The main data structure that holds accounts, balances, code and contract storage in an EVM-based blockchain is the world state trie. The efficient management of this data structure is one of the most important topics in scaling these blockchains. How and where the trie is stored, and how fast it can be accessed and modified are crucial parameters of the performance of the network client. If the trie fitted in RAM, then most of the problems would be solved. But it generally does not, so how the trie is persisted is of extreme importance. Ultimately the trie is composed of nodes that are serialized and stored in a database on disk. We’ll call this state database the statebase, for short. Currently the statebase must be stored in Solid State Drives (SSDs) as hard disks are too slow for scattered reads, as usually required by network clients.

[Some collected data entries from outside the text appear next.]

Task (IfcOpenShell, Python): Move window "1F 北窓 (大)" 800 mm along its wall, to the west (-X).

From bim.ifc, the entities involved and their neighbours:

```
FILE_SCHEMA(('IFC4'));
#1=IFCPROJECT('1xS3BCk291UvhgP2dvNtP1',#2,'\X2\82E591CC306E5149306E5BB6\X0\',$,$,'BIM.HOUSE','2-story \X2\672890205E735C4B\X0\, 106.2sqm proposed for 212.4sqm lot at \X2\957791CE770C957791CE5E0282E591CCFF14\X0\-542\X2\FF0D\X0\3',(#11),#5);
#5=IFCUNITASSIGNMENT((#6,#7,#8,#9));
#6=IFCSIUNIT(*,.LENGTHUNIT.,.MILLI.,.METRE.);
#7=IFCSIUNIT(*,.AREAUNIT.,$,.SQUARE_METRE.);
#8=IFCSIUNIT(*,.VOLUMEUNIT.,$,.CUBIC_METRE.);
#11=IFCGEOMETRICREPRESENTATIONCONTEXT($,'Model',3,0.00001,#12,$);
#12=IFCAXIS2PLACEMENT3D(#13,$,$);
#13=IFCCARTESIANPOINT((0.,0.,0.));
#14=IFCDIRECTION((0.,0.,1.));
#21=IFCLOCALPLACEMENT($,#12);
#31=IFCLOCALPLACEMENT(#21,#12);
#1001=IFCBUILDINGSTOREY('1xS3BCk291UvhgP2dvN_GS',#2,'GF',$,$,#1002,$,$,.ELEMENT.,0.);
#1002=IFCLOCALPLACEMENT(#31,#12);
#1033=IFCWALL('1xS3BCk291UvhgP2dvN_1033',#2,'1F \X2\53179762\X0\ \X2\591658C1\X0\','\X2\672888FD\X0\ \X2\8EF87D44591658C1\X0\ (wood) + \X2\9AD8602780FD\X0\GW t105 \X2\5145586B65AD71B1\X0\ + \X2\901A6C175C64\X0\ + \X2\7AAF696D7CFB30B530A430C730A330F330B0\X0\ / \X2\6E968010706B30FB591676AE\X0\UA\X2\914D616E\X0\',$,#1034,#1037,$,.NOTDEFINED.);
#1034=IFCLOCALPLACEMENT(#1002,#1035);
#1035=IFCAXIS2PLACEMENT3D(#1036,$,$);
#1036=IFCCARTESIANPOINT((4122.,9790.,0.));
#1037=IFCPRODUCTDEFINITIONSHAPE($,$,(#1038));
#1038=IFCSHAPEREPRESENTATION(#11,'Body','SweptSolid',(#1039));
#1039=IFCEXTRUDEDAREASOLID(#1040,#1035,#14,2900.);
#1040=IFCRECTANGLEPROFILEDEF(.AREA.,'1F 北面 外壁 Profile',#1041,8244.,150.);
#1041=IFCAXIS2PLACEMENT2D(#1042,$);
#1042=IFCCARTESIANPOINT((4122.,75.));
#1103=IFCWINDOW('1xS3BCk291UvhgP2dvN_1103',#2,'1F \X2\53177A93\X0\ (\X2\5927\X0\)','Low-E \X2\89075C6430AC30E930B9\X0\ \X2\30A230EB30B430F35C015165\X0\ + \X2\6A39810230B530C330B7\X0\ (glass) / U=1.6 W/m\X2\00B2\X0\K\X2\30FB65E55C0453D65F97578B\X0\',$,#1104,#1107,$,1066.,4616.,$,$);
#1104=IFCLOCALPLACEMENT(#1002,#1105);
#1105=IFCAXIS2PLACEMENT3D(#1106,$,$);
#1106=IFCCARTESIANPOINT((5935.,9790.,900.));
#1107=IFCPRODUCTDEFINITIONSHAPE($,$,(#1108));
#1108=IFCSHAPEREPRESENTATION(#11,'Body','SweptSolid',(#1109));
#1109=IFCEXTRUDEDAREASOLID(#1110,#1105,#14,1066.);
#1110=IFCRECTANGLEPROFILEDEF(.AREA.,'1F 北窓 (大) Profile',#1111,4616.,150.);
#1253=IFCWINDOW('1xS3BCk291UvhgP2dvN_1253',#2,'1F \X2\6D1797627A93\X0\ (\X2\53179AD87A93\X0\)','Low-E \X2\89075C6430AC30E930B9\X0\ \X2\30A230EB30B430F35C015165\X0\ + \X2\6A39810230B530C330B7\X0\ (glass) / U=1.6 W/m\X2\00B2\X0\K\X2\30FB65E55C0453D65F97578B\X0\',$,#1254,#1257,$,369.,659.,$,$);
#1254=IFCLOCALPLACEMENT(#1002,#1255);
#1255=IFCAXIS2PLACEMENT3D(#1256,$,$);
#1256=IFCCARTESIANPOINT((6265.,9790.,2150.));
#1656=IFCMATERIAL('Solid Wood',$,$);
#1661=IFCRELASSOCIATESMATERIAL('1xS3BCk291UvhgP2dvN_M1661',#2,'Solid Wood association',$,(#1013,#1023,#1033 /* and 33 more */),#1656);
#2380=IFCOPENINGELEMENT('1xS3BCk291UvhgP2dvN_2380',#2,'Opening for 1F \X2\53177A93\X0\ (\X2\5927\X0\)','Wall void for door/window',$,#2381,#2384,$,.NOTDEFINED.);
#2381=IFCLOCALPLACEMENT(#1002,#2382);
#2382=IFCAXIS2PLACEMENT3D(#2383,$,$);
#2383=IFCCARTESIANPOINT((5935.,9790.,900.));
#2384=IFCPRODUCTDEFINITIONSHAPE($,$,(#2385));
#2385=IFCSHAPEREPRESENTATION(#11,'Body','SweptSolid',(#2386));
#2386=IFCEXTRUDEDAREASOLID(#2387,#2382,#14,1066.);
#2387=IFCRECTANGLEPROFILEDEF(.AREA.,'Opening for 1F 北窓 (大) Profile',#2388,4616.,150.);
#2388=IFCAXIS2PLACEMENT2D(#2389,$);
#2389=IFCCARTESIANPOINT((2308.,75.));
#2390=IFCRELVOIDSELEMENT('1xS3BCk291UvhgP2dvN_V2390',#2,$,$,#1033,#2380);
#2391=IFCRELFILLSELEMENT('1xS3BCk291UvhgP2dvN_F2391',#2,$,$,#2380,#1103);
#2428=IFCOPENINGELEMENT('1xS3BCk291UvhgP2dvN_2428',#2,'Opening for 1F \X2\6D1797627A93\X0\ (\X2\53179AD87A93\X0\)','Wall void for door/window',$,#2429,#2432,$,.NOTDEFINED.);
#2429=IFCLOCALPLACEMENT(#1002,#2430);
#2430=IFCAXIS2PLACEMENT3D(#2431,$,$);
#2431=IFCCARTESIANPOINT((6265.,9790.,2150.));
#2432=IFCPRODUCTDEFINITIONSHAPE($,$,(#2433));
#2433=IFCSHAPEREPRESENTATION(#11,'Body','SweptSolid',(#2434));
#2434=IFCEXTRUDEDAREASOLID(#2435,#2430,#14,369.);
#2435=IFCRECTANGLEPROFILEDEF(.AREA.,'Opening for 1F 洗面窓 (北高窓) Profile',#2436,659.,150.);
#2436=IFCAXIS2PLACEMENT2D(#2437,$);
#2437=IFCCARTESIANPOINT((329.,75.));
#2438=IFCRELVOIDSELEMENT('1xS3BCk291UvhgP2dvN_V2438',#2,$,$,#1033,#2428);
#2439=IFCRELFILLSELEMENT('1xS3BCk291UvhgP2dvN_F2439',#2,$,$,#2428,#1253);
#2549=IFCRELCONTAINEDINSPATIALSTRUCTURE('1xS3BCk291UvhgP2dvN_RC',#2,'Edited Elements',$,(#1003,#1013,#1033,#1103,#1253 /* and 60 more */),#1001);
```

```python
import ifcopenshell
import ifcopenshell.api.geometry
import ifcopenshell.util.placement
import ifcopenshell.util.unit

model = ifcopenshell.open("bim.ifc")
unit_scale = ifcopenshell.util.unit.calculate_unit_scale(model)

window = model.by_guid("1xS3BCk291UvhgP2dvN_1103")
opening = window.FillsVoids[0].RelatingOpeningElement
wall = opening.VoidsElements[0].RelatingBuildingElement

wall_matrix = ifcopenshell.util.placement.get_local_placement(wall.ObjectPlacement)
shift = wall_matrix[:3, 0] * -0.8 / unit_scale
before = ifcopenshell.util.placement.get_local_placement(window.ObjectPlacement)[:3, 3].copy()

# The window is not placed relative to its opening, so move both.
for product in (opening, window):
    matrix = ifcopenshell.util.placement.get_local_placement(product.ObjectPlacement)
    matrix[:3, 3] += shift
    ifcopenshell.api.geometry.edit_object_placement(model, product=product, matrix=matrix, is_si=False)

after = ifcopenshell.util.placement.get_local_placement(window.ObjectPlacement)[:3, 3]
print("window moved by", (after - before).round(3) + 0.0)

model.write("bim_rev.ifc")
```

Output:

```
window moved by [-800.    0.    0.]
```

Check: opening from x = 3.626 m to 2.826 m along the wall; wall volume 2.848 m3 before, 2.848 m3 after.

During the last years, network clients improved as the block gas limit was increased, but improving the statebase has been challenging. The statebase is currently the main EVM performance bottleneck. For example, the Erigon/TurboGeth team switched statebases 3 times to improve performance. A new statebase (LMPT) was also designed to tackle this problem.

The problem has been also tackled from the protocol standpoint. Access-lists (EIP-2930) enable prefetching statebase data to reduce later stress during block execution. EVM state I/O opcodes were repriced several times to account for statebase slowdowns as the state grew (see EIP-1884 for the latest one). The Ethereum Foundation and Rootstock researchers have explored storage rent for several years in an attempt to reduce the I/O bottleneck in full nodes. Currently most of the research relates to the design of stateless clients, trying to remove all state database accesses altogether in network clients. Yet, most of the knowledge about the statebase structure is scattered over forums posts and articles.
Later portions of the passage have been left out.